The Oscar Project #79: The Departed (2006)



At this point in The Oscar Project, it’s hard to summon up much excitement about the last few films. It has nothing to do with their quality—all the remaining movies range from good to great—but rather the realization that there’s nothing new left to watch. The true point of this endeavor was to give me motivation to watch all the Best Picture winners I’ve never seen, and now that there are none of those left, it feels like I’m just going through the motions.

That’s not to say I won’t finish; I would have to be a crazy person to quit at this point, something I have no intention of doing. But it is true that I’m more looking forward to the Director/Franchise/Genre of the Week posts than I am the last few Oscar winners, simply because those are all movies I haven’t seen before.

That’s enough navel-gazing for one post, though. Let’s move on to the film. The Departed is a very good movie, both in terms of its technical merit and how enjoyable it is to watch. I don’t, however, believe it achieves the same level of greatness as some of his previous films that were unfairly passed over for Best Picture, such as Taxi Driver, Raging Bull, and Goodfellas.

But a second-tier Scorsese picture is usually better than a first-tier film by another director, so that comment shouldn’t be taken as criticism. When you set the bar as high as he did early in his career, it sets up impossible expectations. Look at Roger Federer. After his miracle years from 2004-2007, people would actually criticize him for going a whole year and “only” winning one major. He was a victim of his own greatness.

I think Scorsese is in a similar boat, and I’m guilty of it too. Maybe it’s not as good as his early films, but even so, what difference does that make? It should be judged on its own merits, not compared to work he did 35 years earlier. And in that respect, this is a good movie. It’s full of big stars (most of whom are actually good actors), its characters are well developed, and it’s paced well, even at two and a half hours long. I did find myself a bit confused at times, but that might be because I’m kind of dumb.

The only real beef I have is that it tries to make me care about anything that happens in Boston. I’m pretty outspoken about my distaste for that city, and in general I try to pretend that it doesn’t exist. For one thing, they have the most annoying accent of any region in the world, though to be fair, the accents used in the movie sounded pretty exaggerated to me and are likely as irksome to genuine Bostonians as Danger’s Southern accent in Million Dollar Baby was to me.
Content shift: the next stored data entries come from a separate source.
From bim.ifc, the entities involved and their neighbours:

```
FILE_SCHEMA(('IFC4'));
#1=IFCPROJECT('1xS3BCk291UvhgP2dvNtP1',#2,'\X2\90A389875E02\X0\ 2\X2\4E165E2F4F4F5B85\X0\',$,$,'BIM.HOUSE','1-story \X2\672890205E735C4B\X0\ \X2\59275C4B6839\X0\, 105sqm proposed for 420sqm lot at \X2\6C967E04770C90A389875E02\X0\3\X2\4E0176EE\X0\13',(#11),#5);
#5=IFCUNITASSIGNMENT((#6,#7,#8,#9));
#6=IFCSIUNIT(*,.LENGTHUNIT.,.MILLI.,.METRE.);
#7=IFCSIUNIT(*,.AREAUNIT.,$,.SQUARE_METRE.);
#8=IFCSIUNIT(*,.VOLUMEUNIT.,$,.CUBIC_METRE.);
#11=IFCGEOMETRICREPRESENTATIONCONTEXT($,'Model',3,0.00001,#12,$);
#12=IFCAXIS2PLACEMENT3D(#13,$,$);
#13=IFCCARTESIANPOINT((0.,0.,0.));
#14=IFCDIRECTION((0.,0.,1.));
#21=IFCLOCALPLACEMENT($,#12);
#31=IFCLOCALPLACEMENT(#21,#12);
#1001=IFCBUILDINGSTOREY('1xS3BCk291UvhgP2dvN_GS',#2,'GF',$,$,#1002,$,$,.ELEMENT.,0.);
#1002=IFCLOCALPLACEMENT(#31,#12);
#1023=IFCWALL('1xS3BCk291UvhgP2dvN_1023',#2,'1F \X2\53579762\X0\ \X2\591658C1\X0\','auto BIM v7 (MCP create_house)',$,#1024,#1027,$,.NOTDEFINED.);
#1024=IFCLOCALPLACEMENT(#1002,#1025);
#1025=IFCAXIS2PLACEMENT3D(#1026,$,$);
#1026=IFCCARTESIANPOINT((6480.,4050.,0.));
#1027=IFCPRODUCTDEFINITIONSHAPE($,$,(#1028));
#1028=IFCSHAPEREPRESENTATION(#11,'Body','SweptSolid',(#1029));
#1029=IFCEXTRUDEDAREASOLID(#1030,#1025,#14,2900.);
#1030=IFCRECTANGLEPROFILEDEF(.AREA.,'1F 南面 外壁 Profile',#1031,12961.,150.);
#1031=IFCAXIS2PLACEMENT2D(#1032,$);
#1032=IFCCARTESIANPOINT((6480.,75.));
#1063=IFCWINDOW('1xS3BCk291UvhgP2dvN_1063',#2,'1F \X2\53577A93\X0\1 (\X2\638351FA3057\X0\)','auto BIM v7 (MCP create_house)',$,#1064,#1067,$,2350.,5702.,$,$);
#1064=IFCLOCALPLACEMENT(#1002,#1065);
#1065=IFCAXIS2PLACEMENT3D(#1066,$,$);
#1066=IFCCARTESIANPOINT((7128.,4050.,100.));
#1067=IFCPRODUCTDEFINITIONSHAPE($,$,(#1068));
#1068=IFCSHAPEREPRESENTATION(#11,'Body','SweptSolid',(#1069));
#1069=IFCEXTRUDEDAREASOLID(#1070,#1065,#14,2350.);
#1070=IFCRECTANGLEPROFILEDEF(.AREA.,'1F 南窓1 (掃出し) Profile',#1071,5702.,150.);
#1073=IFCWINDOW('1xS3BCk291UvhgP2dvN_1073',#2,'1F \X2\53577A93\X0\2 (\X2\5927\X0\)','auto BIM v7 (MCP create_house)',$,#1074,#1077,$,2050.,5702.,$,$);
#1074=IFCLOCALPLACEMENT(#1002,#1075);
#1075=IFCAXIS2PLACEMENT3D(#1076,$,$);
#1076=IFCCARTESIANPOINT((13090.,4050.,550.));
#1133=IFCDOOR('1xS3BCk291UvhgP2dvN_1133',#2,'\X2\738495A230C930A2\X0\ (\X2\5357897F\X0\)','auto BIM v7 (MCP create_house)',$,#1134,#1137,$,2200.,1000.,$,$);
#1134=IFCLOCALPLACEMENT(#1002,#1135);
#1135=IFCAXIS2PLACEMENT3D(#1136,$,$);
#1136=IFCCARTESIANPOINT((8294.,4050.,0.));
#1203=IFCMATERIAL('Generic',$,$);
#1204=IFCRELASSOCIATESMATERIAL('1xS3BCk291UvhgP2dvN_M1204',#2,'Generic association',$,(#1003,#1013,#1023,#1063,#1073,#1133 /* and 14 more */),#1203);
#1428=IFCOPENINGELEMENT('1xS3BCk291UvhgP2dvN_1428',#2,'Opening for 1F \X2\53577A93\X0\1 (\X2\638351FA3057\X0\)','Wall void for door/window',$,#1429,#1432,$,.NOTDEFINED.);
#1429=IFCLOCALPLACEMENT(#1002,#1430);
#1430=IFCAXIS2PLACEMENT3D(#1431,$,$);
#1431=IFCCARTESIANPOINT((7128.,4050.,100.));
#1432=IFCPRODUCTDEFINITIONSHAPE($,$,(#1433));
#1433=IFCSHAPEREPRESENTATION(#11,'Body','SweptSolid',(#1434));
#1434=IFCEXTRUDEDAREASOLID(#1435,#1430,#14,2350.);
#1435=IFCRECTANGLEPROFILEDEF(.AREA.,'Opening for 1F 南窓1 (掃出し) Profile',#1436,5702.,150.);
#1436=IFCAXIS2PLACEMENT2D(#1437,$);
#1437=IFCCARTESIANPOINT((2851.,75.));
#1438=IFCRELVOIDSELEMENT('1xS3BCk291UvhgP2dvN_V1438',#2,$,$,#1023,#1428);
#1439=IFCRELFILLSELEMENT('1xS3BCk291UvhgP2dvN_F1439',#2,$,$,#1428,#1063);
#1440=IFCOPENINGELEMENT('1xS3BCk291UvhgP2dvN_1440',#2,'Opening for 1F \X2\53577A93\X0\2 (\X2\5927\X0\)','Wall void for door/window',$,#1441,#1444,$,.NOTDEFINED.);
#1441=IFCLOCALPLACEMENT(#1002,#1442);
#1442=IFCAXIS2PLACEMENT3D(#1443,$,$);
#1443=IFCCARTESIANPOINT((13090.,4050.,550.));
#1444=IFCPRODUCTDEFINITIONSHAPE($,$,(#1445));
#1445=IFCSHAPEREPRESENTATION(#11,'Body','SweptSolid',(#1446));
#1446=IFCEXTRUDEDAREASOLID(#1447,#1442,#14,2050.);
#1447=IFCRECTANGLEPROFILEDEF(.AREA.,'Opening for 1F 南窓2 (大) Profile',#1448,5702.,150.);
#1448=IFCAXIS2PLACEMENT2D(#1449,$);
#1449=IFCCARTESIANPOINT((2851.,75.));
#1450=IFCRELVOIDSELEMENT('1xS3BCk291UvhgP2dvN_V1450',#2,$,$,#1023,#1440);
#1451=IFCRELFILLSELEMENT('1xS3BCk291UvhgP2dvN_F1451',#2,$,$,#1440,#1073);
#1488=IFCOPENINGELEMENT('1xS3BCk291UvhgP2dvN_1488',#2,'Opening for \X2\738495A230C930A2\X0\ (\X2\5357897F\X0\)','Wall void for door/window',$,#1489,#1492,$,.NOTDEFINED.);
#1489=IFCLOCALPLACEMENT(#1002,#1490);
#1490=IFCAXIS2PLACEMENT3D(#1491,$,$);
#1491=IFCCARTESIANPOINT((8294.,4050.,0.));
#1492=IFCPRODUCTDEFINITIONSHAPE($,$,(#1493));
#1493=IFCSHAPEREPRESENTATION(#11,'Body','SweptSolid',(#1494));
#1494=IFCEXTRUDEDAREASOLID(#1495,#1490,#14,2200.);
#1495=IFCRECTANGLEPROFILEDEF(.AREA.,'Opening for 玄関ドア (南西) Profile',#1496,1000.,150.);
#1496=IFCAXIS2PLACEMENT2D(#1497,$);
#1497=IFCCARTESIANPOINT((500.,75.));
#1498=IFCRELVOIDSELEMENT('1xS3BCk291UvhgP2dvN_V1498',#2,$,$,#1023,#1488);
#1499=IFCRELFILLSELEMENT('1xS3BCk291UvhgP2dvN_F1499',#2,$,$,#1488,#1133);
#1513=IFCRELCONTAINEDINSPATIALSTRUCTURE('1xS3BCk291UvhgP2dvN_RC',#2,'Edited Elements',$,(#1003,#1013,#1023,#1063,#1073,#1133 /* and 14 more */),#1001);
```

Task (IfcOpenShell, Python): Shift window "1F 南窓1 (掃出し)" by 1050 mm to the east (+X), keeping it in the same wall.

```python
import ifcopenshell
import ifcopenshell.api.geometry
import ifcopenshell.util.placement

model = ifcopenshell.open("bim.ifc")

window = model.by_id(1063)
opening = window.FillsVoids[0].RelatingOpeningElement
wall = opening.VoidsElements[0].RelatingBuildingElement

wall_matrix = ifcopenshell.util.placement.get_local_placement(wall.ObjectPlacement)
shift = wall_matrix[:3, 0] * 1050.0
before = ifcopenshell.util.placement.get_local_placement(window.ObjectPlacement)[:3, 3].copy()

# The window is not placed relative to its opening, so move both.
for product in (opening, window):
    matrix = ifcopenshell.util.placement.get_local_placement(product.ObjectPlacement)
    matrix[:3, 3] += shift
    ifcopenshell.api.geometry.edit_object_placement(model, product=product, matrix=matrix, is_si=False)

after = ifcopenshell.util.placement.get_local_placement(window.ObjectPlacement)[:3, 3]
print("window moved by", (after - before).round(3) + 0.0)

model.write("bim_updated.ifc")
```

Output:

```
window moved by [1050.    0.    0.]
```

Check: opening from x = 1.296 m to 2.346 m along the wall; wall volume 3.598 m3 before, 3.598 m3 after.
Sadly, the Funky Bunch did not appear in the film.
The plot is pretty complicated, but I’ll paint it in as broad a stroke as possible. Basically, a police officer (DiCaprio) goes undercover to infiltrate an Irish Mafia boss (Nicholson), but at the same time, the mob boss has a mole within the police department (Damon). This leads to lots of complications and bloodshed, as you might imagine. Oh, and it even has the requisite Best Picture love triangle with DiCaprio, Damon, and Vera Farmiga, though that’s mostly (but not entirely) tangential to the main story. 

I’ve still never seen the Hong Kong film Infernal Affairs, upon which The Departed is based, but I’ve long been interested in watching it. It’s currently listed in the IMDB Top 250—whatever that’s worth—and I’m really curious about where the extra 50 minutes of run time in The Departed comes from. Again, it never drags, so it will be intriguing to discover how the Hong Kong version tells the story in so much less time.

The 79th Academy Awards are an important demarcation point in my movie watching career, as it was the first Oscar ceremony I watched from start to finish. This was my second year at Ole Miss, and it was the point when I first started getting “interested in film” in any serious way, hence why I’ve already seen all the Best Picture winners from here on out. But that’s still fairly recent, which also explains why I have so many cinematic blind spots remaining. I’m chipping away, slowly but surely, and it’s such a nice feeling knowing I’ve fixed so many of them the past three months.